В Университете я любил Антона. Мы проводили время в спорах. Он выдумывал биологический марксизм или марксистскую биологию, диалектику и т. п. Смеялся над старыми романтиками, верившими в любовь. «Пара, – изрекал он с невыносимой безаппеляционностью, – это непременно дрянная мелодрама, замешанная на физио-психологических недоразумениях… и социальных тоже… Большинство женщин – болтливые создания с птичьими мозгами… Результат ста тысяч лет домашней эксплуатации…». Тип фанатика, прикрывающего напускным цинизмом… Что теперь с Антоном? Его ценили члены тогдашнего правительства, он, должно быть, последовал за ними в могилу, как сам и предчувствовал: «Мы построили, – говорил он с неизменным сарказмом, – колоссальную адскую машину улучшенной модификации, и легли прямо на нее в надежде сладко поспать… С лавровыми веночками из красной бумаги на голове… Вот так!» От него остались лишь мои воспоминания… (Скоро у меня будет время на распутывание воспоминаний… Антон заявлял, что нужно хранить в памяти только полезное: «Поставить живую память на службу активной деятельности…». Какова польза от твоей памяти, бедный мой Антон?)

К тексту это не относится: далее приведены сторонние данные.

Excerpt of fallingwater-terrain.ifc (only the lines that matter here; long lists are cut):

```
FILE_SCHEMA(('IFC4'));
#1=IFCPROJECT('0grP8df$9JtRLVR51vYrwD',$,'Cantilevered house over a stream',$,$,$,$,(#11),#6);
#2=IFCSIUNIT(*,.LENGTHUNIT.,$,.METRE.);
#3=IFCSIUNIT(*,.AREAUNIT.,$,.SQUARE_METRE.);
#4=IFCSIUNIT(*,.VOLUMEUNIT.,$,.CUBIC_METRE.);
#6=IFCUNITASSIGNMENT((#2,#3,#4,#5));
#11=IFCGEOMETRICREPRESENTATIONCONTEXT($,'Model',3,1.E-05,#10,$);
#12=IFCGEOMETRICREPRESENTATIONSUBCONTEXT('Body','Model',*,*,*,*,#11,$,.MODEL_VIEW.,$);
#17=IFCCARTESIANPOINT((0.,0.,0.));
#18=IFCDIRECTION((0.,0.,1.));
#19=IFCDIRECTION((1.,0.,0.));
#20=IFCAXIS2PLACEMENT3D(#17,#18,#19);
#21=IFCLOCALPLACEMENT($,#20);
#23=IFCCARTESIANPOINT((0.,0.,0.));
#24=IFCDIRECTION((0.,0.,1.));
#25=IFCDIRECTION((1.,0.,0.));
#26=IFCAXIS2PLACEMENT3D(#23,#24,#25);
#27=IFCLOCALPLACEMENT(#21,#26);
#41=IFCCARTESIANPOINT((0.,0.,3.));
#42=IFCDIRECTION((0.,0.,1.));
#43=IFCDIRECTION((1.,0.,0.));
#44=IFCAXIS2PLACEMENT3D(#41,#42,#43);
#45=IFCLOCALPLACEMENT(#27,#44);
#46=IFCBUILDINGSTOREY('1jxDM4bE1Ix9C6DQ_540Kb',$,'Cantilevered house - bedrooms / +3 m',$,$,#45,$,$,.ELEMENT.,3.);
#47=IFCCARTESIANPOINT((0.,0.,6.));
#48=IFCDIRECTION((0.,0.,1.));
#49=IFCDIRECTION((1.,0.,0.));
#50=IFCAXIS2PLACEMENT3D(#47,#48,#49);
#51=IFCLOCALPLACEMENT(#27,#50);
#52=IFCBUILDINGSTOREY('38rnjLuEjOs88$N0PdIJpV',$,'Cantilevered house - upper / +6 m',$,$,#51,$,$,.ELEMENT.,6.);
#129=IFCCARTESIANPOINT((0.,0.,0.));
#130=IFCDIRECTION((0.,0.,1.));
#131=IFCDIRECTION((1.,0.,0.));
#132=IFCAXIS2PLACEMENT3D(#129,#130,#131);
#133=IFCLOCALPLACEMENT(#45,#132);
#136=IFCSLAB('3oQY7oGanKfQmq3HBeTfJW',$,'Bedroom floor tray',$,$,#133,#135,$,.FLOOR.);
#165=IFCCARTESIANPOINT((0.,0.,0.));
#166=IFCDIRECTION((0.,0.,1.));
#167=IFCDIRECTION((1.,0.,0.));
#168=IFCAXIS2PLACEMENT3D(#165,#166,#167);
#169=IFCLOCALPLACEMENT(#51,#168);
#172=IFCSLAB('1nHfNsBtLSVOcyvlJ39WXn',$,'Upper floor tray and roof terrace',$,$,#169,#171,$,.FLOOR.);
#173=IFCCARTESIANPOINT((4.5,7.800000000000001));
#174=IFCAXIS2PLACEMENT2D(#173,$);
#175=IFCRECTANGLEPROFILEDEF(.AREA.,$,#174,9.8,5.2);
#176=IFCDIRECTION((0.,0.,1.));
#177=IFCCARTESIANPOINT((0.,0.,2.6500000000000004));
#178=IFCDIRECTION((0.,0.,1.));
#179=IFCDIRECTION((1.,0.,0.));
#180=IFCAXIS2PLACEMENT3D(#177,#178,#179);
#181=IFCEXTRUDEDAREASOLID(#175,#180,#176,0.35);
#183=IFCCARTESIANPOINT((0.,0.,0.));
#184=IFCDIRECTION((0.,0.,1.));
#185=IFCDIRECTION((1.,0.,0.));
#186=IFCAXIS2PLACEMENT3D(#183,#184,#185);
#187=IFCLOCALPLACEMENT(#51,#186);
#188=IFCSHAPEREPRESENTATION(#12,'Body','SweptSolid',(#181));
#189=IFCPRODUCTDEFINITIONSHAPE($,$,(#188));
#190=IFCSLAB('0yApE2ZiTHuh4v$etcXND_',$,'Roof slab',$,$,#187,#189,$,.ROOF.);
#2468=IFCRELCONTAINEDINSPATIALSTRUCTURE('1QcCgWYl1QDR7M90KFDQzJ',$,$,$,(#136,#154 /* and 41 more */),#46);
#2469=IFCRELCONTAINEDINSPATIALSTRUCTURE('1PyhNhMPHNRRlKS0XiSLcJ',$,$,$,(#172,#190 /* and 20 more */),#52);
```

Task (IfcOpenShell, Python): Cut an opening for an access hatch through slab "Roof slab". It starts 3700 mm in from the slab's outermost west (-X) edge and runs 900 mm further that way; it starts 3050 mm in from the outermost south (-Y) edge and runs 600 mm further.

```python
import numpy as np
import ifcopenshell
import ifcopenshell.api.feature
import ifcopenshell.api.geometry
import ifcopenshell.api.root
import ifcopenshell.geom
import ifcopenshell.util.placement
import ifcopenshell.util.representation
import ifcopenshell.util.shape
import ifcopenshell.util.unit

model = ifcopenshell.open("fallingwater-terrain.ifc")
unit_scale = ifcopenshell.util.unit.calculate_unit_scale(model)
settings = ifcopenshell.geom.settings()


def volume(element):
    """Net volume in cubic metres, openings subtracted."""
    shape = ifcopenshell.geom.create_shape(settings, element)
    return ifcopenshell.util.shape.get_volume(shape.geometry)


slab = model.by_id(190)
before = volume(slab)

# Extent in the slab's own axes, in metres. The edges named are its -X and -Y sides.
slab_shape = ifcopenshell.geom.create_shape(settings, slab)
vertices = ifcopenshell.util.shape.get_vertices(slab_shape.geometry)
x_min, y_min, bottom = vertices.min(axis=0)
top = vertices[:, 2].max()

opening = ifcopenshell.api.root.create_entity(model, ifc_class="IfcOpeningElement", name="Access hatch opening", predefined_type="OPENING")
context = ifcopenshell.util.representation.get_context(model, "Model", "Body", "MODEL_VIEW")
width, depth = 0.9, 0.6
outline = [(0.0, 0.0), (width, 0.0), (width, depth), (0.0, depth), (0.0, 0.0)]
# Overshoot both faces by 50 mm so the cut is clean.
shape = ifcopenshell.api.geometry.add_slab_representation(
    model, context=context, depth=top - bottom + 0.1, polyline=outline
)
ifcopenshell.api.geometry.assign_representation(model, product=opening, representation=shape)

matrix = ifcopenshell.util.placement.get_local_placement(slab.ObjectPlacement)
matrix[:, 3] = matrix @ np.append(np.array([x_min + 3.7, y_min + 3.05, bottom - 0.05]) / unit_scale, 1.0)
ifcopenshell.api.geometry.edit_object_placement(model, product=opening, matrix=matrix, is_si=False)
ifcopenshell.api.feature.add_feature(model, feature=opening, element=slab)

after = volume(slab)

print(f"slab volume {before:.3f} -> {after:.3f} m3")

model.write("fallingwater-terrain-out.ifc")
```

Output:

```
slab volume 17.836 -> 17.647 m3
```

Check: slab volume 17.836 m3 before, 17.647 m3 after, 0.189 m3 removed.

Эта тревога, заставившая вспомнить тебя, Антон, вызвана Надин. Надин, прямолинейная, сильная, живущая инстинктами. Права она, а не я, – инстинкты в итоге всегда оправдываются… Каждый из нас со знанием дела строит себе ловушку; а когда попадает в нее, удивляется…
Надин разожгла сильный огонь в камине; в комнате стало уютнее. Надин бросила в огонь письма, фотографии, несколько паспортов. Ее волнение сменилось опустошенным спокойствием. Две беды сразу, одна смехотворная, другая почти немыслимая, и именно смехотворная заставляла сильнее страдать, как будто резала по живому. «Саша решился только на исходе двенадцатого часа, потому что мы оказались в аду…» Уже два года Надин боялась читать газеты, получать письма, произносить некоторые имена, даже думать о них, сомневаться вопреки себе в совершенно абсурдных обвинениях, не показать, будто всей душой одобряет непоправимое. Заговоры походили на дьявольский хоровод. Вначале она, как и все вокруг, верила в них; затем хотела поверить в невероятное; затем делала вид, что верит; а по ночам рыдала в подушку. Саша, опасавшийся оставаться наедине, предпочитавший, как она чувствовала, в одиночку нести бремя своей невидимой другими драмы, отправлял ее, то в Мон-Сен-Мишель, то в Ниццу, в Канны, Антиб, Жуан-ле-Пен под предлогом: «Успокой нервы, малышка, мне легче одному противостоять всем этим неприятностям…» На берегу моря Надин пыталась читать Пруста, очень проникновенные романы, но в чем заключалась цель жизни всех этих персонажей? Она гуляла по пляжу в компании американок, английского боксера, одетых, будто с иголочки мужчин, настроенных на игривый манер – эти люди также не имели цели в жизни, ни на что не годились, жалкие и смешные, и только ирония спасала ее от полного разочарования. Она участвовала в охоте на голубей. Одеваться в белый фланелевый костюм, чтобы стрелять в птиц, какое извращение! Это разрывало ей сердце. Она чувствовала себя хорошо лишь с томиком Золя в маленьких рыбачьих портах.